One of the booths carried a half-metre bundle of glorious gold-tinged marble-like fabrics in an assortment of colours. I kept returning to fondle the material and dream what I’d do with it. I was proud of myself for passing it up since I have a closet-full of fabric already. But then I went home, googled the name, and have found a smaller bundle that I plan to order. It’s made of fat quarters but is a third of the price, so I’m planning to buy it, feeling mostly guilt-free. So much for self-control, ha, ha.
I read until far too late one night this week, and enjoyed every minute of it. Not so great though, when I had to get up in the morning ….
It’s become rare for me to enjoy a book that much.
Chocolate in the house is my kryptonite. I will eat it all if it’s there. My only solution is to not buy the chocolate. Which works…mostly!

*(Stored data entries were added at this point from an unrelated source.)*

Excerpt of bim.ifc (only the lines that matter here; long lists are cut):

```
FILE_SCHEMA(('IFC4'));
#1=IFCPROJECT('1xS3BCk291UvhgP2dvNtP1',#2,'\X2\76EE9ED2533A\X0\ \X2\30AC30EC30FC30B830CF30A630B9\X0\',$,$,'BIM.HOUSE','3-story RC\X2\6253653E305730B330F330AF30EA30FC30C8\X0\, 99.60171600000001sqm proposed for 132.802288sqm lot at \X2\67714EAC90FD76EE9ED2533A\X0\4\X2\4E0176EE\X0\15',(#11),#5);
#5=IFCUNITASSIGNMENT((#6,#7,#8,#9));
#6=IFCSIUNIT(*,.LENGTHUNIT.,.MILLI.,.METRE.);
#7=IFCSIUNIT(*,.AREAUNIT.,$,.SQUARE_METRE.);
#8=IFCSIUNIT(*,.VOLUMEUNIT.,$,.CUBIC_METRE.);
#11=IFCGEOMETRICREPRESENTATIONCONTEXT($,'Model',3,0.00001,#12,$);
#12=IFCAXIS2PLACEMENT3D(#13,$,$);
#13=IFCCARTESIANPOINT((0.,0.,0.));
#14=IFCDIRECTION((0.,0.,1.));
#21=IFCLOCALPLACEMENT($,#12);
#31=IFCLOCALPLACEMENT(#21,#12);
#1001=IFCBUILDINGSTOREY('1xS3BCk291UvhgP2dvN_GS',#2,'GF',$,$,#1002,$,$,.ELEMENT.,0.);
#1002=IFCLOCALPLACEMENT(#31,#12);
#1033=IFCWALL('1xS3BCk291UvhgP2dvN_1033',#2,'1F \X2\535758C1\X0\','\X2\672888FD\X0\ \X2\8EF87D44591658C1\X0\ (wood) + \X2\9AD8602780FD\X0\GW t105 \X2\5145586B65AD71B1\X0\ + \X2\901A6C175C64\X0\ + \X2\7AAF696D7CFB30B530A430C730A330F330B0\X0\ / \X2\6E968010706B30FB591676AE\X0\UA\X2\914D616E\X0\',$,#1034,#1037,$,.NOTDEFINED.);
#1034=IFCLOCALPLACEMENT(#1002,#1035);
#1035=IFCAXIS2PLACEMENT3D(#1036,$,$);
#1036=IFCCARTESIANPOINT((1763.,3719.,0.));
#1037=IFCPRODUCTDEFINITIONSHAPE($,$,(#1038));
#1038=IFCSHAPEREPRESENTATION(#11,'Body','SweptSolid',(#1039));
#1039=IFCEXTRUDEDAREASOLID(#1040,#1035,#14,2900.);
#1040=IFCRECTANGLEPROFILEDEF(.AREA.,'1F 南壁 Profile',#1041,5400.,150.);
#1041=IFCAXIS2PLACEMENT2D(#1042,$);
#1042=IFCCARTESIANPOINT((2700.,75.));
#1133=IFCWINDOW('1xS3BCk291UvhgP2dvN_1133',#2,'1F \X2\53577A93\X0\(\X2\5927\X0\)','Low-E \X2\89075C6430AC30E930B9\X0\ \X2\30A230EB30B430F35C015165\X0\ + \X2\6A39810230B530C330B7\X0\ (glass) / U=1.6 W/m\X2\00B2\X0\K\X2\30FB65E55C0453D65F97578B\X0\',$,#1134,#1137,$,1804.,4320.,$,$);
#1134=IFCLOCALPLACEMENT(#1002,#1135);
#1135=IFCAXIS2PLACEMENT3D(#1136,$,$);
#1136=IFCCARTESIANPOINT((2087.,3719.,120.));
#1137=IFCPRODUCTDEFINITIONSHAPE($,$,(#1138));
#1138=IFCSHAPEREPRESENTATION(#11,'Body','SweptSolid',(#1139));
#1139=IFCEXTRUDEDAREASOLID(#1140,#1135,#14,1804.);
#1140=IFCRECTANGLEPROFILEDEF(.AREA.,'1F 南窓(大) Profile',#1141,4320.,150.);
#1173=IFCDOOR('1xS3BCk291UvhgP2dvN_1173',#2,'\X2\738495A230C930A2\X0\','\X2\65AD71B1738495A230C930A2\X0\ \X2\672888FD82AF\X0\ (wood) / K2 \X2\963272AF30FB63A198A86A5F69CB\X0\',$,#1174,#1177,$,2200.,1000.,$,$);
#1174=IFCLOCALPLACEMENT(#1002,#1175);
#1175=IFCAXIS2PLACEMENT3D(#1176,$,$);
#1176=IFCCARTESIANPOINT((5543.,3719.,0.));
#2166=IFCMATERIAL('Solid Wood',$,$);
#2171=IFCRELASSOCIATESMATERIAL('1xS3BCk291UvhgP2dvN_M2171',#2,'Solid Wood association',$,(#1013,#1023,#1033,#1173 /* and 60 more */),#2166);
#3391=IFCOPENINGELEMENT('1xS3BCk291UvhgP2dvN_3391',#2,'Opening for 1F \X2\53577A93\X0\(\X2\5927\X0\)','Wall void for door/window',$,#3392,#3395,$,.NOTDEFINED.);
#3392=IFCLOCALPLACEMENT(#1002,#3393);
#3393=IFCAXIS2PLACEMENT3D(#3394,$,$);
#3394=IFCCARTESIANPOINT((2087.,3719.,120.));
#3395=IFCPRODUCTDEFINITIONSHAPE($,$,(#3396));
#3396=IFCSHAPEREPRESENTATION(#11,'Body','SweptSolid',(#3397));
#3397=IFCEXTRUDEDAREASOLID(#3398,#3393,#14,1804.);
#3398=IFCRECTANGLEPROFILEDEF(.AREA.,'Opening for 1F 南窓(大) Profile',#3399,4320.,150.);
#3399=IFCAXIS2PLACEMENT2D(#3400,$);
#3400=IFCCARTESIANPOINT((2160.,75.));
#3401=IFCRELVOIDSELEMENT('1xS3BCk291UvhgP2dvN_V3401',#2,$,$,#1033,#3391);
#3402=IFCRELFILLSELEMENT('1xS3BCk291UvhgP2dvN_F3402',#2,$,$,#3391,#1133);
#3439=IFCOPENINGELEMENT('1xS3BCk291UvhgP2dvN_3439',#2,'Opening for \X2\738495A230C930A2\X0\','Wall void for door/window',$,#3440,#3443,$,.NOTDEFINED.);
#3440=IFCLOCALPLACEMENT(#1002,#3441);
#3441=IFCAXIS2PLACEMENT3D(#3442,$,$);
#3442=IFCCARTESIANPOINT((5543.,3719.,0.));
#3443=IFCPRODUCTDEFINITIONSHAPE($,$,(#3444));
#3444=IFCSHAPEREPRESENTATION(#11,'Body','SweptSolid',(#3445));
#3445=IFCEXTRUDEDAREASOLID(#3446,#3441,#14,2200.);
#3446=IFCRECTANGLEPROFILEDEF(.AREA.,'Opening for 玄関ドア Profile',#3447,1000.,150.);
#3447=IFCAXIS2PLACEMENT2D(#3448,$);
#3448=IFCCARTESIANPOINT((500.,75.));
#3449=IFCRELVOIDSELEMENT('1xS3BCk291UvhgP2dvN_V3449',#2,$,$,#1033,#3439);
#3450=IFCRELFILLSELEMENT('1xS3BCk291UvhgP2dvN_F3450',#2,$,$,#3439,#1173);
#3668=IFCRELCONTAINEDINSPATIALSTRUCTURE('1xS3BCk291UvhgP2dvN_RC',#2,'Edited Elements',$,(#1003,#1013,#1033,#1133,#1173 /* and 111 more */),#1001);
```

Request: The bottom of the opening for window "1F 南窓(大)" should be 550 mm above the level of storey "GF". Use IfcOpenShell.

```python
import numpy as np
import ifcopenshell
import ifcopenshell.api.geometry
import ifcopenshell.geom
import ifcopenshell.util.element
import ifcopenshell.util.placement
import ifcopenshell.util.shape
import ifcopenshell.util.unit

model = ifcopenshell.open("bim.ifc")
unit_scale = ifcopenshell.util.unit.calculate_unit_scale(model)

window = model.by_id(1133)
opening = window.FillsVoids[0].RelatingOpeningElement
storey = ifcopenshell.util.element.get_container(window, ifc_class="IfcBuildingStorey")
level = ifcopenshell.util.placement.get_local_placement(storey.ObjectPlacement)[2, 3]

# The opening's origin need not be at the sill, so measure its lowest point.
shape = ifcopenshell.geom.create_shape(ifcopenshell.geom.settings(), opening)
bottom = ifcopenshell.util.shape.get_shape_bottom_elevation(shape, shape.geometry) / unit_scale
dz = level + 0.55 / unit_scale - bottom

shift = np.array([0.0, 0.0, dz])
# The window is not placed relative to its opening, so move both.
for product in (opening, window):
    matrix = ifcopenshell.util.placement.get_local_placement(product.ObjectPlacement)
    matrix[:3, 3] += shift
    ifcopenshell.api.geometry.edit_object_placement(model, product=product, matrix=matrix, is_si=False)

print(f"moved by {dz * unit_scale:+.3f} m")

model.write("bim-out.ifc")
```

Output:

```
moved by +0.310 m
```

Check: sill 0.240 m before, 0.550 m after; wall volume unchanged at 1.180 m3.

My solution to not staying up half the night reading is never to take a new book to bed. In bed I only re-read books I know well. This is not entirely fool-proof as I do sometimes fall victim to knowing a really good scene is on its way and I can’t bear to wait until tomorrow night to read it…..
I have a rule about reading in bed – no new books. I have a bookcase especially for favorite books. I read one of the. At night because it is much easier to put them down when I start to feel drowsy.
As for trigger stacking, it helped to retire I will say that much!
A quote I love, along this line: He stared at her with the barely suppressed wrath of a man to whom entirely too much had happened.—Lisa Kleypas, Love in the Afternoon
I don’t think there’s a truer axiom than “everyone makes mistakes” (or, if you’re feeling philosophical, “to err is human”).
Perfection is both unrealistic and boring.
I try to love both others and myself with this in mind, whether the imperfection is harmless, like overbuying plants, or serious, like inappropriately directing the emotions resulting from a challenging day. I apologize where it’s warranted; I try to learn and do better in future; I forgive myself as I would forgive someone I love.
Your characters are human, and flawed, and are relatable and endearing because of it. They’re loved not just by their fictional romantic partners/families/friends but also your readers, not in spite of, but because they don’t always color in the lines.